Una storia che è emersa nuovamente dalle parole di Emilio Pedron, oggi amministratore delegato di Bertani Domains, uno dei manager che più d’altri ha avuto vari ruoli e responsabilità nello sviluppo di questo grande vino italiano, anche nelle vesti nel passato di presidente del Consorzio tutela vini Valpolicella.
Pedron è intervenuto in un’interessante tavola rotonda tenutasi il 29 aprile scorso presso il centro congressi di Villa Quaranta (proprietà della famiglia Tommasi, tra i brand più storici della Valpolicella), organizzata dal Comitato Festa vini classici della Valpolicella (che festeggiavano, tra l’altro il loro 60° di attività).
Come ha ricordato Daniele Accordini, direttore della Cantina di Negrar (altra protagonista storica della Valpolicella) durante l’introduzione alla tavola rotonda, la denominazione Valpolicella e, in particolare, l’Amarone si trova oggi davanti ad una sorta di “bivio esistenziale”. Da un lato un successo straordinario durato oltre vent’anni e dall’altro i primi segnali di difficoltà che non possono non far riflettere su come gestire il futuro di questa importante denominazione.
Capire le evoluzioni dell’Amarone può essere molto utile anche per comprendere l’importanza della gestione del successo di una denominazione, di una tipologia di vino.
Pedron ha ricordato come l’Amarone sia stato forse tra i vini, a livello mondiale, di maggior successo di quest’ultimo ventennio.
“Nel 1997" ha sottolineato Pedron "venivano vendute circa 2 milioni di bottiglie di Amarone, lo scorso anno ne sono state vendute 14 milioni. Nel 2000 praticamente non esisteva mercato per il Ripasso, nel 2018 sono state vendute oltre 27 milioni di bottiglie di questa tipologia. Sempre lo scorso anno, infine, sono state vendute circa 17 milioni di bottiglie di Valpolicella. Insomma, una vendita complessiva per la denominazione Valpolicella di circa 60 milioni di bottiglie”.

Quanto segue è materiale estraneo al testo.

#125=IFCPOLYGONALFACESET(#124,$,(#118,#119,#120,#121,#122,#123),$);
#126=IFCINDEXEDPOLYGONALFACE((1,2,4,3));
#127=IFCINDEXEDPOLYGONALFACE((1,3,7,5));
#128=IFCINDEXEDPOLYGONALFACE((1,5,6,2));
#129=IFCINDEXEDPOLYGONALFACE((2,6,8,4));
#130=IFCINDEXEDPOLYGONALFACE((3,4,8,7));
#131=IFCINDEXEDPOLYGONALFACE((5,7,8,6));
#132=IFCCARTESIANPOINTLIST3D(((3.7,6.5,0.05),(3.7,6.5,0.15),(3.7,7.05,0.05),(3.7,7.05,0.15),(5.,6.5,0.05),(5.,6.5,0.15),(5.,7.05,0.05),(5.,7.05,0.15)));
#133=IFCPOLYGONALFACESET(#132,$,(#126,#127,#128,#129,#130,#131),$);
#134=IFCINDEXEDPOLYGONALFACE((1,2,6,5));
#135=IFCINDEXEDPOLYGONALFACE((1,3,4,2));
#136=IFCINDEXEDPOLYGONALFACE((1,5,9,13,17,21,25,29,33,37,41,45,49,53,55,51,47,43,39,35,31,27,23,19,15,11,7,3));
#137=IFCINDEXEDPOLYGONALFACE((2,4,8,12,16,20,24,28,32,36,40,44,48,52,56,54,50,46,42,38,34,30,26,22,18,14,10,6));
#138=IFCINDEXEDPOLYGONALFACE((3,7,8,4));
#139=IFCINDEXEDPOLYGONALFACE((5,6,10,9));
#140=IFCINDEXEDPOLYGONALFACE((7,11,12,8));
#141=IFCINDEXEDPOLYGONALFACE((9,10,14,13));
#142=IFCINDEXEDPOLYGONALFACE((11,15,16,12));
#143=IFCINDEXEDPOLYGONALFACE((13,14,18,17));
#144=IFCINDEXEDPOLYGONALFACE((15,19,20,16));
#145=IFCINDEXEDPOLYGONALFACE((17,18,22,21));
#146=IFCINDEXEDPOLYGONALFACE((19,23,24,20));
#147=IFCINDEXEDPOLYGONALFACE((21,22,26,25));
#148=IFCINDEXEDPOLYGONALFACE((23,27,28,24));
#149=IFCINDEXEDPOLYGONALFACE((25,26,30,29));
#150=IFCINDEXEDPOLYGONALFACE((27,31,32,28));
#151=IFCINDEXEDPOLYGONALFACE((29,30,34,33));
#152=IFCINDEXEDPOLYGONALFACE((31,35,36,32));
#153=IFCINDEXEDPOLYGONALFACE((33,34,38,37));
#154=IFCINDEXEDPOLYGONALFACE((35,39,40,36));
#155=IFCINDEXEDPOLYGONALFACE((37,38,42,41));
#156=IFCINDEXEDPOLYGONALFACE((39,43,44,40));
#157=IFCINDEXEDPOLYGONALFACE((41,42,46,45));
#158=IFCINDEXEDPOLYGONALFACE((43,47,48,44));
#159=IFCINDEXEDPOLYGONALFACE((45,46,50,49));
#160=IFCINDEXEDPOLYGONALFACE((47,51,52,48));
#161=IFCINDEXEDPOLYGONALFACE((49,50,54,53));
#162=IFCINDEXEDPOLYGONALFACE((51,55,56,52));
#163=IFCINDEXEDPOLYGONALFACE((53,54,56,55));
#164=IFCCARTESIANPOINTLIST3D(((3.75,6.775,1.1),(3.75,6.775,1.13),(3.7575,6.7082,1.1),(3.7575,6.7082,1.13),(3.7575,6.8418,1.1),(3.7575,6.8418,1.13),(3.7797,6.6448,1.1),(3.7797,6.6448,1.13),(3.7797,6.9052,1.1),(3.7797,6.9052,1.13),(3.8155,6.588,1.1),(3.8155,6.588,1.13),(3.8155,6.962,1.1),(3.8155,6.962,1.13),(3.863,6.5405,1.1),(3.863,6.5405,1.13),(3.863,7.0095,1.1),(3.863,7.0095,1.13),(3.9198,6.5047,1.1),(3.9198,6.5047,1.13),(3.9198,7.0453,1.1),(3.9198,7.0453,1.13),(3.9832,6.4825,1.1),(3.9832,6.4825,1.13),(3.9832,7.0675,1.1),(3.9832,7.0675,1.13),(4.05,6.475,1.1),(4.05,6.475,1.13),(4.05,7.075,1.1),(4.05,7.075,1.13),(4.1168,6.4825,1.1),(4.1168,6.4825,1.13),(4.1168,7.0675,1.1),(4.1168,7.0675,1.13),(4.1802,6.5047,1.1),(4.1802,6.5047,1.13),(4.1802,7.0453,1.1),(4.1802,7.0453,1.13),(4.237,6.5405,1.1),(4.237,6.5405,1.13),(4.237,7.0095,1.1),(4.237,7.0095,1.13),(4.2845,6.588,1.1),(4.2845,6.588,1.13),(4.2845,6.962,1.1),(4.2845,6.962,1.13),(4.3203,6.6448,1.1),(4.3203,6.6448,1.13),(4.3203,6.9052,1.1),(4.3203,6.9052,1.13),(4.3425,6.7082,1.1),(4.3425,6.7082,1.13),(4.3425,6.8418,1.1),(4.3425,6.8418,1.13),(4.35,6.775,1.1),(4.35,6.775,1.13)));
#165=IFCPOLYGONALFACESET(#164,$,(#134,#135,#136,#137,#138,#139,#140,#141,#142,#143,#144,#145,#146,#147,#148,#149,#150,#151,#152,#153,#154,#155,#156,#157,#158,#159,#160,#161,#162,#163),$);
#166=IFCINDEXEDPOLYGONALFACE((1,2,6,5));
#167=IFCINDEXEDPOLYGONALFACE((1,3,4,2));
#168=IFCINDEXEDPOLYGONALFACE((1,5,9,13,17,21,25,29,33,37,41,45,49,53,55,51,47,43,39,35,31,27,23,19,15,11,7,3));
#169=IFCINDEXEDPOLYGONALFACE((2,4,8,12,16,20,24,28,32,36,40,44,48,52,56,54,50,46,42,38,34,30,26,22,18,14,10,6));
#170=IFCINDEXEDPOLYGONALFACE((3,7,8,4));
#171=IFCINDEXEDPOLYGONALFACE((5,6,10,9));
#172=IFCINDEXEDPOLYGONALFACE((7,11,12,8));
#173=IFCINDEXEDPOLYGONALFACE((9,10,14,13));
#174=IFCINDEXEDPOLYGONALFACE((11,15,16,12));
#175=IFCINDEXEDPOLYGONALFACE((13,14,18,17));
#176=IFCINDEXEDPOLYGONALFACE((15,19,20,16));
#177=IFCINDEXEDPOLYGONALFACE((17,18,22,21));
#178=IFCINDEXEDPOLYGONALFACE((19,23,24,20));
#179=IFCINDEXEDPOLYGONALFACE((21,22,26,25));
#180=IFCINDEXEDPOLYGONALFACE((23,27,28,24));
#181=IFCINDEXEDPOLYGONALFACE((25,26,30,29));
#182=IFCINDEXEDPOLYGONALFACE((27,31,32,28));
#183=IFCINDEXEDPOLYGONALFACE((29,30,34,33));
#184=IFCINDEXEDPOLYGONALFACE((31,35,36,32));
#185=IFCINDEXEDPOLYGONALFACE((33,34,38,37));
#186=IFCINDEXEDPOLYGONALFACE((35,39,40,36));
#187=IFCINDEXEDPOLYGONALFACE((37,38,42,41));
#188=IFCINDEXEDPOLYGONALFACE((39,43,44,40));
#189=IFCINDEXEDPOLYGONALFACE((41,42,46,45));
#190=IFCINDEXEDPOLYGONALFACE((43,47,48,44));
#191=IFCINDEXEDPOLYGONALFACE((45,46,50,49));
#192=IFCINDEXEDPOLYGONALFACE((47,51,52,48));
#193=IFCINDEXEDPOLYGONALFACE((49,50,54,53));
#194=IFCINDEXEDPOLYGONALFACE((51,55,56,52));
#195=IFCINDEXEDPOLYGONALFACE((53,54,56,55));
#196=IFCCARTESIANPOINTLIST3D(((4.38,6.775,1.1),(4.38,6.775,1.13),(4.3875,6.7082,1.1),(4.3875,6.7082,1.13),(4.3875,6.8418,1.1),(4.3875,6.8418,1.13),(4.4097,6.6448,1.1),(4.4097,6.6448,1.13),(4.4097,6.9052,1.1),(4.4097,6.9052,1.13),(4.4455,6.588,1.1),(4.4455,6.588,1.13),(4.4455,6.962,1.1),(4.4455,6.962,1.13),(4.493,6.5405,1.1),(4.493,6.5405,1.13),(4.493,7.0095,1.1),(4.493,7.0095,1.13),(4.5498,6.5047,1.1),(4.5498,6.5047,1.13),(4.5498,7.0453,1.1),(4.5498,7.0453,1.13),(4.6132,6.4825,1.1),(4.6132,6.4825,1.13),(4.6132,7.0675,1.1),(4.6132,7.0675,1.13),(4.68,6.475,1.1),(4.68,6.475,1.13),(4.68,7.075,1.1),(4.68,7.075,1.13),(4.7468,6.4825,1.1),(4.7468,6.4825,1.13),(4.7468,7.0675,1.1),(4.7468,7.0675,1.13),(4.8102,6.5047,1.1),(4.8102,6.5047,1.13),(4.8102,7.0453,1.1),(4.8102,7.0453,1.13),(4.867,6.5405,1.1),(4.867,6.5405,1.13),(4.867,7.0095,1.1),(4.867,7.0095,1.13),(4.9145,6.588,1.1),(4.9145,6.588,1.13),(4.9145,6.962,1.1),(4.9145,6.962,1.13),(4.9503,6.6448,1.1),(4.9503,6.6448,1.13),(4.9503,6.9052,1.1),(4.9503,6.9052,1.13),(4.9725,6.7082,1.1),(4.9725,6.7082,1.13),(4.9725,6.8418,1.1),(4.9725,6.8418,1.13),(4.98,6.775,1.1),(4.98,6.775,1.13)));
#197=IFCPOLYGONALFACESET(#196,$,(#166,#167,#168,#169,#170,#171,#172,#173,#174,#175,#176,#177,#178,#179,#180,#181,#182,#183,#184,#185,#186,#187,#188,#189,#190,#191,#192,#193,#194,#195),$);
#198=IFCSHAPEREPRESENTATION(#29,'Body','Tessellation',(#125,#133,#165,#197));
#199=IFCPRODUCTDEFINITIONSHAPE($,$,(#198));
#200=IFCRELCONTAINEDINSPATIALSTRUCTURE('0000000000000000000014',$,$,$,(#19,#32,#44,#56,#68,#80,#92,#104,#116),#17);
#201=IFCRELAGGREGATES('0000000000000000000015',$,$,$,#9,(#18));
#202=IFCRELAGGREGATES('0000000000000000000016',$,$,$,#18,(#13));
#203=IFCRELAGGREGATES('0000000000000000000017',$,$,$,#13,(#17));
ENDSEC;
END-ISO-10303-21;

Amarone e Ripasso sono stati i capofila di questo successo. “In sostanza" ha detto Pedron "in meno di vent’anni sono stati convertiti 10 milioni di bottiglie di Valpolicella in Amarone e 20 milioni in Ripasso”.
Una conversione molto fruttuosa se, come ha evidenziato Pedron, ha consentito la triplicazione del fatturato della denominazione passata dai 200 milioni di euro del 2003 ai 600 milioni circa del 2018.

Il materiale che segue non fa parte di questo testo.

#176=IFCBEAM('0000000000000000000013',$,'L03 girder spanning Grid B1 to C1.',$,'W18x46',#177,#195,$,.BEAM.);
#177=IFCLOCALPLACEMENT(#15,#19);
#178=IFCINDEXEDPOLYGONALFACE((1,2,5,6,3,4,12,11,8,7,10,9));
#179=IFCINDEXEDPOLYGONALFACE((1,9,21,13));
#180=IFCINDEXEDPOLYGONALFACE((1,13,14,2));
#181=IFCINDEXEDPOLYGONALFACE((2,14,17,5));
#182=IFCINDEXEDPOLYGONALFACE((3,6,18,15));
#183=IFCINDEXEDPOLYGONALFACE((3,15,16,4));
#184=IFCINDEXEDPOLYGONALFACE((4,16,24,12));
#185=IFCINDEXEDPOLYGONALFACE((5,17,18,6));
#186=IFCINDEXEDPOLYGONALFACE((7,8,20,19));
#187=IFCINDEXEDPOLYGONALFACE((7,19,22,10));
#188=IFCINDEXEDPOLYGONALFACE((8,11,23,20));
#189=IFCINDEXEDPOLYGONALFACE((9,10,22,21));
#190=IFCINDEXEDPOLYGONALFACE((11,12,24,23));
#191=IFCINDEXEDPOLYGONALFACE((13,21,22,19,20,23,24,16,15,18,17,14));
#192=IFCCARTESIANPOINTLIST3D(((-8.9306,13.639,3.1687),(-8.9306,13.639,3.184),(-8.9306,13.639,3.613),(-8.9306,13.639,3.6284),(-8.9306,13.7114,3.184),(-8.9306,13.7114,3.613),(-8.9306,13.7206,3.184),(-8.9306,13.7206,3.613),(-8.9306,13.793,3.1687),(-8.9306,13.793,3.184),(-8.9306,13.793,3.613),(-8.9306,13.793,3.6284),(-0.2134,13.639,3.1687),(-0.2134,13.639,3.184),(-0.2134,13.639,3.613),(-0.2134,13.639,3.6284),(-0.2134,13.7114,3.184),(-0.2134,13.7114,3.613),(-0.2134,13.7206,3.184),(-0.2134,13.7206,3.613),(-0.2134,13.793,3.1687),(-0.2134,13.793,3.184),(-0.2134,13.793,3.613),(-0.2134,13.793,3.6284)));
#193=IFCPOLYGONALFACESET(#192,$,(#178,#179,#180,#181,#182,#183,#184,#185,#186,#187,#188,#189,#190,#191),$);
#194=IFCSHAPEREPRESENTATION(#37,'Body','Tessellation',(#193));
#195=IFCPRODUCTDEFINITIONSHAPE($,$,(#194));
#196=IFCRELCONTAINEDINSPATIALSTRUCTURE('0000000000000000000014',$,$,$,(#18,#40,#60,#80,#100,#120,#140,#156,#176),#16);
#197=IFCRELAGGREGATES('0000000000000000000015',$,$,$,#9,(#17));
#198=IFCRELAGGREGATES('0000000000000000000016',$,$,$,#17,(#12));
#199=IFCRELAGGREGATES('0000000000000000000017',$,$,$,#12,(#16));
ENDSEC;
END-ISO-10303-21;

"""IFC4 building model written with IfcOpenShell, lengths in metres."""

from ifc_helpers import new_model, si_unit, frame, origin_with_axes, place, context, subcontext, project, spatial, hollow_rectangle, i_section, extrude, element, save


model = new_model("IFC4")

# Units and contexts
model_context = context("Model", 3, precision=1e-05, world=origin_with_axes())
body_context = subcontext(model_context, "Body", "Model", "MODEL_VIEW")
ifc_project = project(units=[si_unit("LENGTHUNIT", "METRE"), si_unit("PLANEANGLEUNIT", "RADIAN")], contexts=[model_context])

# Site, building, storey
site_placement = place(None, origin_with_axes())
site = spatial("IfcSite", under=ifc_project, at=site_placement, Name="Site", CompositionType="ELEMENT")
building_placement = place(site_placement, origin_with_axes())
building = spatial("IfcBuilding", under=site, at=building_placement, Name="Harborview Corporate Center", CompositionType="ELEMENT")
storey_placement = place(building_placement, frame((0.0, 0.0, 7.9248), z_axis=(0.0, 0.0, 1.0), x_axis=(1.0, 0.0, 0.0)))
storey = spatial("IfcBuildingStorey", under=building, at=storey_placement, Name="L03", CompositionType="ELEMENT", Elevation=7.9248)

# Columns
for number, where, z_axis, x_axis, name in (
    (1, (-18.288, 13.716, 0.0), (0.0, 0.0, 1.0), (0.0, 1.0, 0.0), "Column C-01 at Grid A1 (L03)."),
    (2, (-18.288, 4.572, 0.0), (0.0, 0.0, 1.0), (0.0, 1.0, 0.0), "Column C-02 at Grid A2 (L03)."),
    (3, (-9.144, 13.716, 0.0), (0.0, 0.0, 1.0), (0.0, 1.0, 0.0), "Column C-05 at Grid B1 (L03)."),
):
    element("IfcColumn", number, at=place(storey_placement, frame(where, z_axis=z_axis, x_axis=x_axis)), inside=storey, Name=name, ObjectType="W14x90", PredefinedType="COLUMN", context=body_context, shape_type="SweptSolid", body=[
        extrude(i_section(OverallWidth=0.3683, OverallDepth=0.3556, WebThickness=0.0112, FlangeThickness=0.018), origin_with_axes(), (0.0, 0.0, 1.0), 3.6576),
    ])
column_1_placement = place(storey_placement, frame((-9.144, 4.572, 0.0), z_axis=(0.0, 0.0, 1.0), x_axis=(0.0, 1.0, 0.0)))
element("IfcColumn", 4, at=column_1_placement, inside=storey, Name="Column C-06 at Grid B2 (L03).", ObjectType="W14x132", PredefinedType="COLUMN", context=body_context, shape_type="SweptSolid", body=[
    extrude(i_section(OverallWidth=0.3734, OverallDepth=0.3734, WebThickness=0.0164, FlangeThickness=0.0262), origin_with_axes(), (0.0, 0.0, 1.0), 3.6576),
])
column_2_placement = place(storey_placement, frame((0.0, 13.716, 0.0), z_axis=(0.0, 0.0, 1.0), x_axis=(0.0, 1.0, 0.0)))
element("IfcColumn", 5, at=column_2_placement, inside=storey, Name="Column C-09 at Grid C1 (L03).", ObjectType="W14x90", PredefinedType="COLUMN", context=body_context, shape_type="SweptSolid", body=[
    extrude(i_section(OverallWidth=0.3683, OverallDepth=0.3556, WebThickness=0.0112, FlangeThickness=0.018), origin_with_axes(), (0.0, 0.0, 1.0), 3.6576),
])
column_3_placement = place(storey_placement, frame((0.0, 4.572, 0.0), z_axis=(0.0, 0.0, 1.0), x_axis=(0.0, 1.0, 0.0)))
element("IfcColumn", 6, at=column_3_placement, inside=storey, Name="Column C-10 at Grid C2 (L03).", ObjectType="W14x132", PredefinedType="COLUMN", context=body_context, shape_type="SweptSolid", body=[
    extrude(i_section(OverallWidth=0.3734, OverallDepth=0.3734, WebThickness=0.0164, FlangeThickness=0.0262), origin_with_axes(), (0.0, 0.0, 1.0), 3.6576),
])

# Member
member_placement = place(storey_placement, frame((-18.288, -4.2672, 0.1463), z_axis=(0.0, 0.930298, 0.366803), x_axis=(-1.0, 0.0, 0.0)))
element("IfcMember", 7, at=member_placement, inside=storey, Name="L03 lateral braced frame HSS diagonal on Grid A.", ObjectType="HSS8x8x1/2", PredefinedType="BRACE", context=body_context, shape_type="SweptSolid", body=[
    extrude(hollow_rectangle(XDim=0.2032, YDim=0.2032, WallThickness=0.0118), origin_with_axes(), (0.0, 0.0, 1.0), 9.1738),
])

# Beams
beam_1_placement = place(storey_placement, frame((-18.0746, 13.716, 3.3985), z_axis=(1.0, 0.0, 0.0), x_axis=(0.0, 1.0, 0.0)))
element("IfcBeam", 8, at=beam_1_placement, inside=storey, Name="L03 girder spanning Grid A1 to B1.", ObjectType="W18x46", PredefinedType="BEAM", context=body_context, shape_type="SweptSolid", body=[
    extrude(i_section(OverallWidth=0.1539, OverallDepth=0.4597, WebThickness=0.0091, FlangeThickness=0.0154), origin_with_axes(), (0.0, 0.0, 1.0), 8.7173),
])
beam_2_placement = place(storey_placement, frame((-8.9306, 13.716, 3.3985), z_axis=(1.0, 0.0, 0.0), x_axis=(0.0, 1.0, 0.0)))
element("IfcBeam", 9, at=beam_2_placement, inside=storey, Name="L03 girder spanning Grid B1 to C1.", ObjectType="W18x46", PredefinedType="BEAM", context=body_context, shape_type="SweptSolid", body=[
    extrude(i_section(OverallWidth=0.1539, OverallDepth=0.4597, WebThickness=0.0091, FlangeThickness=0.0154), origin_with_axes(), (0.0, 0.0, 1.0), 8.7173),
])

“Senza dimenticare i valori fondiari che sono rimasti sempre elevati in questi ultimi anni" ha spiegato Pedron "attorno ai 500-600.000 euro/ettaro. Con valori della produzione ad ettaro tra i più alti a livello europeo, tra i 27-30.000 euro/ettaro”.
“Se a questo aggiungiamo" ha proseguito Pedron "che dal 1997 ad oggi il valore delle uve per l’Amarone non sono mai scese sotto i 2 euro al kg (a parte nel 2004 unico anno in cui si scese a 1,40 euro/kg), si fa presto a capire che siamo di fronte ad un fenomeno economico che ha pochi eguali”.
Di fronte a dati di questo genere si potrebbe semplicemente “stare zitti”. E invece in Valpolicella si è deciso di parlare e a nostro parere giustamente. Senza però drammatizzare la situazione, magari vi fossero tante altre zone in Italia con tali numeri, ma perché il successo, come ha ancora sottolineato Pedron, “va governato e non solo cavalcato come si è fatto in queste due decadi”.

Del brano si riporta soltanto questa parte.